Large organizations don't buy "features", they buy outcomes. Buying software is about buying a lot of intangibles that come with it, like reliability, security, being able to pass complex audits across jurisdictions, operational resilience at scale, partners they can trust when something breaks at the worst possible moment.
This is one of the stronger points in the piece. Enterprise software procurement is driven by compliance requirements, service-level agreements, and vendor accountability in ways that homegrown tools simply cannot replicate. A vibecoded security scanner might find vulnerabilities, but it cannot testify during a regulatory audit or provide 24/7 incident response support.
Now that everyone can ship software super fast, it becomes more, not less important that customers can actually rely on their partners.
A counterargument is that the "intangibles" defense has historically been the refuge of incumbents facing disruption. Enterprises once said the same things about on-premises software vendors before cloud-native startups displaced them. The intangibles may shift in form rather than disappear, and some current vendors may find their particular bundle of intangibles less valuable than they expect.
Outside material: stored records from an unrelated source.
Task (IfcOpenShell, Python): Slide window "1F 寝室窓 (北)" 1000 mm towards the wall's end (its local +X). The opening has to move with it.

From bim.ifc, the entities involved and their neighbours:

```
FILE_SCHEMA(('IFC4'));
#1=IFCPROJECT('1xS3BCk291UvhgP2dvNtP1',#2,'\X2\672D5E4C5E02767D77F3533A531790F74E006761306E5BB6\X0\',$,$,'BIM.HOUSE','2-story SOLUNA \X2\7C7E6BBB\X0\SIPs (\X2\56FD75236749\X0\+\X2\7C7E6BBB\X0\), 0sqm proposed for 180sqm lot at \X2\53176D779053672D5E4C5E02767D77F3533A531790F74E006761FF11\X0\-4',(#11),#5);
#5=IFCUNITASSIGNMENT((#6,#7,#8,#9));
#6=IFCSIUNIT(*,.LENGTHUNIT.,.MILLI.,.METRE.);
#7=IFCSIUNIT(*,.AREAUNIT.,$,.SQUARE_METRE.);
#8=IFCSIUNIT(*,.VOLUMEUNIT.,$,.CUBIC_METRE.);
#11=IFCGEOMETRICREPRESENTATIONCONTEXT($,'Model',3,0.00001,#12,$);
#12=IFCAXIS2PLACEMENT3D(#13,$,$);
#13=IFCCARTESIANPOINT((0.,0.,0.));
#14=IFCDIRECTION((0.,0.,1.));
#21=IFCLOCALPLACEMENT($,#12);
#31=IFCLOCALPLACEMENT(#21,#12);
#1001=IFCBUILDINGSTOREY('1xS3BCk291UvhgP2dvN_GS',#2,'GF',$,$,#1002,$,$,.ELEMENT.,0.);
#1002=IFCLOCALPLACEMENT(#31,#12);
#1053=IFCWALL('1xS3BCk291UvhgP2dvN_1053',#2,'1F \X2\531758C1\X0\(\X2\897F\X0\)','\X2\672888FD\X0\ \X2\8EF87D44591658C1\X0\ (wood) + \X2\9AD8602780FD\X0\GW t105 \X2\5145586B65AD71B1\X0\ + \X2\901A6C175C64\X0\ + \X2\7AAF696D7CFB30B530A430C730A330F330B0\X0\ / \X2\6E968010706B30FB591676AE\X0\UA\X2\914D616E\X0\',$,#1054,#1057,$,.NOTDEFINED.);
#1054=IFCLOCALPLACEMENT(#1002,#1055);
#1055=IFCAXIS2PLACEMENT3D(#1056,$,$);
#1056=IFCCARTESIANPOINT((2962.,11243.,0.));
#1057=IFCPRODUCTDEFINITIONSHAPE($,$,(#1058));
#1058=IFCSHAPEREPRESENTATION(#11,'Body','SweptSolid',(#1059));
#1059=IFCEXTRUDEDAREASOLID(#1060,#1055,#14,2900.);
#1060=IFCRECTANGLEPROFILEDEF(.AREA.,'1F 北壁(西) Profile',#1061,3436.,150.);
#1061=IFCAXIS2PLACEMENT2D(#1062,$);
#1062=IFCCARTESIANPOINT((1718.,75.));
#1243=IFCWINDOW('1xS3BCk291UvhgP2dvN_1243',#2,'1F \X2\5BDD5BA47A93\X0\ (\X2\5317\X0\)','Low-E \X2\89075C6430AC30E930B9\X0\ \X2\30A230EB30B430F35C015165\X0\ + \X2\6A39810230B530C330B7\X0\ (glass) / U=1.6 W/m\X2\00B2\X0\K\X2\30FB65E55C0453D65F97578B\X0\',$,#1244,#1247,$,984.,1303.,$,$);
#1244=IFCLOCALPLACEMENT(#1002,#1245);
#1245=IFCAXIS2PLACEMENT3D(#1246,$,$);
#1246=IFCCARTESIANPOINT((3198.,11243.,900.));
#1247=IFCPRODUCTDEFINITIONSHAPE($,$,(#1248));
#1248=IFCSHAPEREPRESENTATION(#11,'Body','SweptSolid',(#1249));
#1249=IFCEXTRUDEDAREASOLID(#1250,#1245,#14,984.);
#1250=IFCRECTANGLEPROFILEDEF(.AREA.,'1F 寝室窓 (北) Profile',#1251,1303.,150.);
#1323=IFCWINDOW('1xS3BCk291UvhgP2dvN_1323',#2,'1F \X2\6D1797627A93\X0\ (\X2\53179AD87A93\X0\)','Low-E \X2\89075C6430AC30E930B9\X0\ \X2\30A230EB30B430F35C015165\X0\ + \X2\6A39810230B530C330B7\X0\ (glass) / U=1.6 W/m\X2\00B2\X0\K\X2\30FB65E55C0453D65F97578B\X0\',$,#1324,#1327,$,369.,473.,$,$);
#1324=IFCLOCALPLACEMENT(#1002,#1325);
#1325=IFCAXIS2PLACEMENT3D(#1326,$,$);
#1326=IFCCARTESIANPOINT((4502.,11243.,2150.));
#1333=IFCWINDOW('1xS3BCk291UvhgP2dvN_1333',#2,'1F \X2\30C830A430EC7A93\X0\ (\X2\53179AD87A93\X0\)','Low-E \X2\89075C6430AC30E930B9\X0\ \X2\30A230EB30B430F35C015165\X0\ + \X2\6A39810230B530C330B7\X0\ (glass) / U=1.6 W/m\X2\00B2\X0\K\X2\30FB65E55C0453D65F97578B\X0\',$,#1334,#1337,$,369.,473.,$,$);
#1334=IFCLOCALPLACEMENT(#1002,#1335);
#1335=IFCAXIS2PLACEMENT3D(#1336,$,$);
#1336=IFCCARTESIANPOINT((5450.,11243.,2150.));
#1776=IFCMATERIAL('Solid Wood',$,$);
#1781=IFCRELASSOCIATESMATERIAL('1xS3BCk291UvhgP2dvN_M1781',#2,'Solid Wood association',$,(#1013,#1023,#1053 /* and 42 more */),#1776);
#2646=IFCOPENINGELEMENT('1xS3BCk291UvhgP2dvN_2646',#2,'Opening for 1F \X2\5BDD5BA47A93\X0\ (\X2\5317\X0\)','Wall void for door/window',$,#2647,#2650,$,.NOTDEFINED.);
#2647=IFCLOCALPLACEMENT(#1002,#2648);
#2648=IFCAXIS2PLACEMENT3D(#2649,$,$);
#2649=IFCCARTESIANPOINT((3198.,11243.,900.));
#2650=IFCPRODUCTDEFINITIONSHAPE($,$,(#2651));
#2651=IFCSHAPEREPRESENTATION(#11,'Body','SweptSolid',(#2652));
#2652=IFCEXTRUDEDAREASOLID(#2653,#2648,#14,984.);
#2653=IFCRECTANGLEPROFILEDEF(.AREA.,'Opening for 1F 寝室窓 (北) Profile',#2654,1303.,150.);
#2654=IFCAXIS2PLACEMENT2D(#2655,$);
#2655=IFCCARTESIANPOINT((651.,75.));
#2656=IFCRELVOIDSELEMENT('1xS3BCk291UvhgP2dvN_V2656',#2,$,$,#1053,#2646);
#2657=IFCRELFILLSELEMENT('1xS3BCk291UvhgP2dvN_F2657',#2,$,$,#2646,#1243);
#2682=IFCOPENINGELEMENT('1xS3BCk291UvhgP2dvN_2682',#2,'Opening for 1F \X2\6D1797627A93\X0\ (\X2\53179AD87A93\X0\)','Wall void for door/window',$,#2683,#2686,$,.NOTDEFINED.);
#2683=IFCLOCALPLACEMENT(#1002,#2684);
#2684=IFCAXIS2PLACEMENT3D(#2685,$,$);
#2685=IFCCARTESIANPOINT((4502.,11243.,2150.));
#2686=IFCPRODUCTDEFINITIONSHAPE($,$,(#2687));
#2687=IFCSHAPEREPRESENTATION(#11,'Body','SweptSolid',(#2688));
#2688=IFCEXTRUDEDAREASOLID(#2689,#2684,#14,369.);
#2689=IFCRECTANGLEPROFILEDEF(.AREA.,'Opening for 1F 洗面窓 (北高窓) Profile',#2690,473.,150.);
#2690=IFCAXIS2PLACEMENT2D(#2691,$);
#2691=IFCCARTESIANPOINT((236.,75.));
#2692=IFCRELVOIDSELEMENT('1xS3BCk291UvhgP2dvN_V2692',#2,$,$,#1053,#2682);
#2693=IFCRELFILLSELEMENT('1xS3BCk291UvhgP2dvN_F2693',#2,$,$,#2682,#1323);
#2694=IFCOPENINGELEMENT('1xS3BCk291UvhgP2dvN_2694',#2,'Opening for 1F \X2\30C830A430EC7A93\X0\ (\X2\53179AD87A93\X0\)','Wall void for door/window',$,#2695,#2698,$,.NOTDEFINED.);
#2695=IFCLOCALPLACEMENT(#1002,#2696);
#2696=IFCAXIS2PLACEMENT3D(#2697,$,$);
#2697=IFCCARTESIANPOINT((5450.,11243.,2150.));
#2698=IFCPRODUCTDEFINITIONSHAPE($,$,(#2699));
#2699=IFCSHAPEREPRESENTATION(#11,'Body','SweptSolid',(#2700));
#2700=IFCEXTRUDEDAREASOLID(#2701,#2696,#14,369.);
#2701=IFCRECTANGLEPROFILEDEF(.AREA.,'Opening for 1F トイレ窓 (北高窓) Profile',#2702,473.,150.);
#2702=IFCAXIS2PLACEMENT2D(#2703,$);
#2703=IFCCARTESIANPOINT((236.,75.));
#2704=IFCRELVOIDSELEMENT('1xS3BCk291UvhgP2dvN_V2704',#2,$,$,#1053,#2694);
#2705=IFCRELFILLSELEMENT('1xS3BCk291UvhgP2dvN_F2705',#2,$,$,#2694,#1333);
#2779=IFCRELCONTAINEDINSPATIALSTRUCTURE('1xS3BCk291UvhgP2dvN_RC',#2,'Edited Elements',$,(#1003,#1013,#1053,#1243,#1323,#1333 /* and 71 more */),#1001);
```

```python
import ifcopenshell
import ifcopenshell.api.geometry
import ifcopenshell.util.placement

model = ifcopenshell.open("bim.ifc")

window = model.by_id(1243)
opening = window.FillsVoids[0].RelatingOpeningElement
wall = opening.VoidsElements[0].RelatingBuildingElement

wall_matrix = ifcopenshell.util.placement.get_local_placement(wall.ObjectPlacement)
shift = wall_matrix[:3, 0] * 1000.0
before = ifcopenshell.util.placement.get_local_placement(window.ObjectPlacement)[:3, 3].copy()

# The window is not placed relative to its opening, so move both.
for product in (opening, window):
    matrix = ifcopenshell.util.placement.get_local_placement(product.ObjectPlacement)
    matrix[:3, 3] += shift
    ifcopenshell.api.geometry.edit_object_placement(model, product=product, matrix=matrix, is_si=False)

after = ifcopenshell.util.placement.get_local_placement(window.ObjectPlacement)[:3, 3]
print("window moved by", (after - before).round(3) + 0.0)

model.write("bim_edited.ifc")
```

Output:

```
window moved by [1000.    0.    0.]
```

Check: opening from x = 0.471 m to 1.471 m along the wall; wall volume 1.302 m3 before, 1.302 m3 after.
Collateral Damage in Application Security
Despite his broadly optimistic framing, Haleliuk is candid about which companies will suffer. SAST vendors, those whose core value proposition is "we scan your code and suggest fixes," face a genuine existential threat.
If a frontier AI lab can natively understand a codebase, detect vulnerabilities, and propose patches inside the same environment where code is getting written, the standalone value proposition of "we scan your code and suggest fixes" becomes very hard to defend.
He notes, with some wry amusement, that several application security companies publicly welcomed Claude Code Security as "great for the industry" while almost certainly recognizing it as terrible for their business.
I have recently seen a few appsec companies known for building scanners come forward with messages that "Claude Code Security is a great thing for the industry," but I don't think anyone inside these companies truly believes that it is good for their business.
Haleliuk identifies two categories of application security tools that should survive: product security platforms like Prime Security, Clover Security, and Seezo, which operate at a higher level of abstraction than code scanning, and runtime security solutions like Miggo, Oligo Security, and Raven, which monitor applications in production rather than at build time.
Bottom Line
Haleliuk's argument is well-structured and grounded in genuine market knowledge. His strongest moves are the attacker economics analysis, which persuasively explains why cheaper AI will expand rather than shrink cybersecurity spending, and the cloud analogy, which provides historical precedent for technology acceleration creating new security markets rather than eliminating them. The piece also benefits from his willingness to name specific winners and losers rather than hiding behind vague generalities.
The argument is weakest in two places. First, the transition costs of AI-powered offense scaling are acknowledged but quickly waved away. The period between attackers gaining AI-powered capabilities and defenders catching up could involve significant real-world damage that the piece treats as a footnote. Second, the "intangibles" defense of enterprise vendors, while valid today, assumes that the current structure of enterprise procurement will persist even as AI reshapes how software is built, evaluated, and maintained. If AI agents can eventually handle compliance documentation, audit preparation, and incident response, the moat around enterprise vendors may prove shallower than Haleliuk assumes.
Still, the core thesis holds. Cybersecurity is not a single product category that can be disrupted by a single tool. It is a sprawling ecosystem of interconnected problems, and AI is creating new ones faster than it is solving old ones. The companies that scan code for a living should be worried. Everyone else in cyber has reason to be cautiously optimistic.